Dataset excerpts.
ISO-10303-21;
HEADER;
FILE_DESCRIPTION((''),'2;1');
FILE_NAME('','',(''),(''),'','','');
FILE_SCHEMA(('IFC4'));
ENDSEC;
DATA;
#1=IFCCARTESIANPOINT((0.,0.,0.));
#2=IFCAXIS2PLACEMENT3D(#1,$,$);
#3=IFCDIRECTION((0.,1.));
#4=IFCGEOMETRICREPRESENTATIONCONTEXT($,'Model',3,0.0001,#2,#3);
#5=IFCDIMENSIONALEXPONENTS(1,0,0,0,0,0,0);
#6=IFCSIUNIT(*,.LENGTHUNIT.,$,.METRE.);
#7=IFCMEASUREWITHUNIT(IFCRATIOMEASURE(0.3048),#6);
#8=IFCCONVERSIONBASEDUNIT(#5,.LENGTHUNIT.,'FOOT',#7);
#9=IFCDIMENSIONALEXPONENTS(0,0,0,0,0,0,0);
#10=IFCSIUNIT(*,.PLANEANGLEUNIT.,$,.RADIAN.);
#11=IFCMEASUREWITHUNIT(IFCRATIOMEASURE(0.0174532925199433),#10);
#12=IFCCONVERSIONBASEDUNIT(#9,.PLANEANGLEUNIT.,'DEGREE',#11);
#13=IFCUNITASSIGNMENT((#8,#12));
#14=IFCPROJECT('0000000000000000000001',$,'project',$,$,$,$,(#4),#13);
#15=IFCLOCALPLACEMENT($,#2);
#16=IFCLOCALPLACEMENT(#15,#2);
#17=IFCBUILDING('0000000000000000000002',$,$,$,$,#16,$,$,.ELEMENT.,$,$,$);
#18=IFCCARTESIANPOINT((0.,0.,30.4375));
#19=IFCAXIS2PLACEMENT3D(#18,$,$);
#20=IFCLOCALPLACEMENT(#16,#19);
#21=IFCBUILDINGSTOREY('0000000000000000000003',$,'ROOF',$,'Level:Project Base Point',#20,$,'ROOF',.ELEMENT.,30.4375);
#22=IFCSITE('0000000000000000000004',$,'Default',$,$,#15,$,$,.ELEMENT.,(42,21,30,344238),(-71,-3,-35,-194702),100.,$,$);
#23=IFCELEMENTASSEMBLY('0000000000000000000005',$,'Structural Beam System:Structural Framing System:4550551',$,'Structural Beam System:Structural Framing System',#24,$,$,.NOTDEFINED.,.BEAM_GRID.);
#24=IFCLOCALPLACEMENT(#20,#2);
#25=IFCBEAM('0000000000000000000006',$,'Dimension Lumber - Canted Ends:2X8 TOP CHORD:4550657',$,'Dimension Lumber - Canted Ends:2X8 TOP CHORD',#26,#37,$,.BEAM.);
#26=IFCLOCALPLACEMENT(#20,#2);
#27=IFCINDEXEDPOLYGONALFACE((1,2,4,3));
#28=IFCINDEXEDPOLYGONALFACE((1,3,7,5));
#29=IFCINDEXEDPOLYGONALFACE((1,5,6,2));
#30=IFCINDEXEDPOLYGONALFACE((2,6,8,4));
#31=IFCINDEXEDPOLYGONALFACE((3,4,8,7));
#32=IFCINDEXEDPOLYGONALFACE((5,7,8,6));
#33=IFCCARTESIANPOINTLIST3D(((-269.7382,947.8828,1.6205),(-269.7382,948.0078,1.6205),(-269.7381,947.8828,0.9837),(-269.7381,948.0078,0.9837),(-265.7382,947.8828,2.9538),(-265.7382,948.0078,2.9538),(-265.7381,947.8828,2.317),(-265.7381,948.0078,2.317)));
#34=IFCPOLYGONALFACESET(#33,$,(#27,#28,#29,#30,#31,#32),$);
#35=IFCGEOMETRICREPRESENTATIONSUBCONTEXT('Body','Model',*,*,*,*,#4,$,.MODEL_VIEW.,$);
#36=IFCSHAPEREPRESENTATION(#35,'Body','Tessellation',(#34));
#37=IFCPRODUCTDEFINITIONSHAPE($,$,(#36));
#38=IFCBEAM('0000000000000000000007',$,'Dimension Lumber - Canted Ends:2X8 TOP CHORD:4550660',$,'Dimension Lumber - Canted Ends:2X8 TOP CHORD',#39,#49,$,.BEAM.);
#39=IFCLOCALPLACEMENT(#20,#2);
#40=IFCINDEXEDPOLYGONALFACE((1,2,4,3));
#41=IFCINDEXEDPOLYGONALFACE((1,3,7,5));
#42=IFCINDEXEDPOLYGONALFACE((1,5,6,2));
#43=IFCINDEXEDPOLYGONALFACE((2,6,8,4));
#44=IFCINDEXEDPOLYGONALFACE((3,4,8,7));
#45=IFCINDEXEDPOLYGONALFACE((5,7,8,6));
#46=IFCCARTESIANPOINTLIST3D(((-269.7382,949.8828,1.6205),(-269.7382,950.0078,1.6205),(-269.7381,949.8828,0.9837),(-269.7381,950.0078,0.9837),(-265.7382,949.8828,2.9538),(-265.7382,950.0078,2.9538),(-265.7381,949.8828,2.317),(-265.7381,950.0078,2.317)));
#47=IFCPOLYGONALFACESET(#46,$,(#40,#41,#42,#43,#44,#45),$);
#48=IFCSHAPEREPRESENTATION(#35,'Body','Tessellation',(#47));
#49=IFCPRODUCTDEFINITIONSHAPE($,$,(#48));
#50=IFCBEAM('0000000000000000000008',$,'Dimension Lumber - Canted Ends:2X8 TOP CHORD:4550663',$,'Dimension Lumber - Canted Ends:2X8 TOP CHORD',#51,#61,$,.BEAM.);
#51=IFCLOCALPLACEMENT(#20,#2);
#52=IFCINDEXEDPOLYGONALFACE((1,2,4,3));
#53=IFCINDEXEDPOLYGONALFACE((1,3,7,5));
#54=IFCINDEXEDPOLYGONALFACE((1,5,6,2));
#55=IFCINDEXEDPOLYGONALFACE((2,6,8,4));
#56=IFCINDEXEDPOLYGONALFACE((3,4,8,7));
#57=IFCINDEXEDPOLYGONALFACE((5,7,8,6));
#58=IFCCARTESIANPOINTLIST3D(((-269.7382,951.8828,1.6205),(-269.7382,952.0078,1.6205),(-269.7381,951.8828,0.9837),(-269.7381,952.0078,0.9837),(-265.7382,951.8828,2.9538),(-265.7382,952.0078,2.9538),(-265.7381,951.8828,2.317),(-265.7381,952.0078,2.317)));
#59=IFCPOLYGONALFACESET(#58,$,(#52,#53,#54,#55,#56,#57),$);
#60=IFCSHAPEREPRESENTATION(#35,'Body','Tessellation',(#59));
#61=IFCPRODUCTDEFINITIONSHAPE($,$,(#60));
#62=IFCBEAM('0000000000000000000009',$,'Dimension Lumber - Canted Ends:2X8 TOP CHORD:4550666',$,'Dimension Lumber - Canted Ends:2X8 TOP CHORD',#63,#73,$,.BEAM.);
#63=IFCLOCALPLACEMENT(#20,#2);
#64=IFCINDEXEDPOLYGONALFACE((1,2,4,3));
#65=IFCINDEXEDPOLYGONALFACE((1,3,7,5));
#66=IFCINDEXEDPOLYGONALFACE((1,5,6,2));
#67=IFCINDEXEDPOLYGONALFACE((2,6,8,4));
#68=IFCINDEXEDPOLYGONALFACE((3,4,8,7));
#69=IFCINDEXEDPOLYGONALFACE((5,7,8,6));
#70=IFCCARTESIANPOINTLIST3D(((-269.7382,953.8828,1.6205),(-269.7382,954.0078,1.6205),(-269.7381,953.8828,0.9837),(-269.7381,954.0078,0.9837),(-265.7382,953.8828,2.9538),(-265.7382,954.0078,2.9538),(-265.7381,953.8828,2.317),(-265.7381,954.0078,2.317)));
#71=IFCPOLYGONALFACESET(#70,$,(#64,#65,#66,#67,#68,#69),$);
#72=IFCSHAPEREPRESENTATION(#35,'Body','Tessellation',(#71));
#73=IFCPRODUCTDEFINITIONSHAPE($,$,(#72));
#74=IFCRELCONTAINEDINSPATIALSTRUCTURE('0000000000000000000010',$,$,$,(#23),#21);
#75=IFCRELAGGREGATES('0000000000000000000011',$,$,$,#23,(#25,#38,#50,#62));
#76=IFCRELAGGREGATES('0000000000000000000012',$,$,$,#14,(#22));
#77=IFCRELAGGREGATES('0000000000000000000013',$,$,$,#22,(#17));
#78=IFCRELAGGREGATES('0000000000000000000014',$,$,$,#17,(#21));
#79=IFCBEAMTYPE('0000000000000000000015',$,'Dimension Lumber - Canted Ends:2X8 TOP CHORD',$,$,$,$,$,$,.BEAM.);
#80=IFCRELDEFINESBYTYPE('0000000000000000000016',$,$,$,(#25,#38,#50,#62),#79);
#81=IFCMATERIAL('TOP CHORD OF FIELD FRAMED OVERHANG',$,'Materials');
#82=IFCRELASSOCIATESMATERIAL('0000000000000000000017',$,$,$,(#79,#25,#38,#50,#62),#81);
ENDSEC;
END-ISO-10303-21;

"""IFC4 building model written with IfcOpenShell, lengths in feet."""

from ifc_helpers import new_model, entity, si_unit, converted_unit, direction, frame, frame_2d, origin, origin_2d_with_axis, place, context, subcontext, project, spatial, rectangle, extrude, clip, halfspace, source, transform, mapped, material, material_profile, profile_set, profile_usage, type_object, type_shapes, element, aggregate, save


model = new_model("IFC4")

# Units and contexts
model_context = context("Model", 3, precision=0.0001, world=origin(), true_north=direction((0.0, 1.0)))
body_context = subcontext(model_context, "Body", "Model", "MODEL_VIEW")
ifc_project = project(units=[converted_unit("LENGTHUNIT", "FOOT", entity("IfcRatioMeasure", 0.3048), si_unit("LENGTHUNIT", "METRE"), dimensions=[1, 0, 0, 0, 0, 0, 0]), converted_unit("PLANEANGLEUNIT", "DEGREE", entity("IfcRatioMeasure", 0.0174532925199433), si_unit("PLANEANGLEUNIT", "RADIAN"), dimensions=[0, 0, 0, 0, 0, 0, 0])], contexts=[model_context])

# Site, building, storey
site_placement = place(None, origin())
site = spatial("IfcSite", under=ifc_project, at=site_placement, Name="Default", CompositionType="ELEMENT", RefLatitude=(42, 21, 30, 344238), RefLongitude=(-71, -3, -35, -194702), RefElevation=100.0)
building_placement = place(site_placement, origin())
building = spatial("IfcBuilding", under=site, at=building_placement, CompositionType="ELEMENT")
storey_placement = place(building_placement, frame((0.0, 0.0, 30.4375)))
storey = spatial("IfcBuildingStorey", under=building, at=storey_placement, Name="ROOF", ObjectType="Level:Project Base Point", LongName="ROOF", CompositionType="ELEMENT", Elevation=30.4375)

# Element assembly, beams
assembly_1_placement = place(storey_placement, origin())
assembly_1 = element("IfcElementAssembly", 1, at=assembly_1_placement, inside=storey, Name="Structural Beam System:Structural Framing System:4550551", ObjectType="Structural Beam System:Structural Framing System", AssemblyPlace="NOTDEFINED", PredefinedType="BEAM_GRID")
ifc_material_1 = material(Name="TOP CHORD OF FIELD FRAMED OVERHANG", Category="Materials")
ifc_material_profile_1 = material_profile(ifc_material_1, rectangle(XDim=0.6042, YDim=0.125, at=origin_2d_with_axis()), Name="2X8 TOP CHORD")
ifc_profile_set_1 = profile_set([ifc_material_profile_1], Name="2X8 TOP CHORD")
beam_type_1 = type_object("IfcBeamType", Name="Dimension Lumber - Canted Ends:2X8 TOP CHORD", PredefinedType="BEAM", material=ifc_profile_set_1)
shared_shape_1 = source(origin(), body_context, "Body", "Clipping", [
    clip(clip(extrude(rectangle(XDim=0.6042, YDim=0.125, at=frame_2d((0.0, 0.0), x_axis=(1.0, 0.0))), frame((-2.1082, 0.0, 0.0), z_axis=(1.0, 0.0, 0.0), x_axis=(0.0, 0.0, -1.0)), (0.0, 0.0, 1.0), 4.4177), halfspace(frame((2.1082, -0.0625, -0.3021), z_axis=(0.948711, 0.0, -0.316146), x_axis=(0.0, 1.0, 0.0)), False)), halfspace(frame((-1.9069, -0.0625, 0.3021), z_axis=(-0.948711, 0.0, 0.316146), x_axis=(0.0, 1.0, 0.0)), False)),
])
type_shapes(beam_type_1, [shared_shape_1])
ifc_profile_usage_1 = profile_usage(ifc_profile_set_1, cardinal=8)
beam_1_placement = place(assembly_1_placement, frame((-267.8337, 947.9453, 1.9369), z_axis=(-0.316228, 0.0, 0.948683), x_axis=(0.948683, 0.0, 0.316228)))
beam_1 = element("IfcBeam", 2, at=beam_1_placement, type_object=beam_type_1, material=ifc_profile_usage_1, Name="Dimension Lumber - Canted Ends:2X8 TOP CHORD:4550657", ObjectType="Dimension Lumber - Canted Ends:2X8 TOP CHORD", PredefinedType="BEAM", context=body_context, shape_type="MappedRepresentation", body=[
    mapped(shared_shape_1, transform((0.0, 0.0, 0.0), scale=1.0)),
])
ifc_profile_usage_2 = profile_usage(ifc_profile_set_1, cardinal=8)
beam_2_placement = place(assembly_1_placement, frame((-267.8337, 949.9453, 1.9369), z_axis=(-0.316228, 0.0, 0.948683), x_axis=(0.948683, 0.0, 0.316228)))
beam_2 = element("IfcBeam", 3, at=beam_2_placement, type_object=beam_type_1, material=ifc_profile_usage_2, Name="Dimension Lumber - Canted Ends:2X8 TOP CHORD:4550660", ObjectType="Dimension Lumber - Canted Ends:2X8 TOP CHORD", PredefinedType="BEAM", context=body_context, shape_type="MappedRepresentation", body=[
    mapped(shared_shape_1, transform((0.0, 0.0, 0.0), scale=1.0)),
])
ifc_profile_usage_3 = profile_usage(ifc_profile_set_1, cardinal=8)
beam_3_placement = place(assembly_1_placement, frame((-267.8337, 951.9453, 1.9369), z_axis=(-0.316228, 0.0, 0.948683), x_axis=(0.948683, 0.0, 0.316228)))
beam_3 = element("IfcBeam", 4, at=beam_3_placement, type_object=beam_type_1, material=ifc_profile_usage_3, Name="Dimension Lumber - Canted Ends:2X8 TOP CHORD:4550663", ObjectType="Dimension Lumber - Canted Ends:2X8 TOP CHORD", PredefinedType="BEAM", context=body_context, shape_type="MappedRepresentation", body=[
    mapped(shared_shape_1, transform((0.0, 0.0, 0.0), scale=1.0)),
])
ifc_profile_usage_4 = profile_usage(ifc_profile_set_1, cardinal=8)
beam_4_placement = place(assembly_1_placement, frame((-267.8337, 953.9453, 1.9369), z_axis=(-0.316228, 0.0, 0.948683), x_axis=(0.948683, 0.0, 0.316228)))
beam_4 = element("IfcBeam", 5, at=beam_4_placement, type_object=beam_type_1, material=ifc_profile_usage_4, Name="Dimension Lumber - Canted Ends:2X8 TOP CHORD:4550666", ObjectType="Dimension Lumber - Canted Ends:2X8 TOP CHORD", PredefinedType="BEAM", context=body_context, shape_type="MappedRepresentation", body=[
    mapped(shared_shape_1, transform((0.0, 0.0, 0.0), scale=1.0)),
])
aggregate(assembly_1, [beam_1, beam_2, beam_3, beam_4])

save(model, "model.ifc")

Problem details.
Scan the records above for the string "Tessellation", then select every line that holds it.

Output of the task.
#36=IFCSHAPEREPRESENTATION(#35,'Body','Tessellation',(#34));
#48=IFCSHAPEREPRESENTATION(#35,'Body','Tessellation',(#47));
#60=IFCSHAPEREPRESENTATION(#35,'Body','Tessellation',(#59));
#72=IFCSHAPEREPRESENTATION(#35,'Body','Tessellation',(#71));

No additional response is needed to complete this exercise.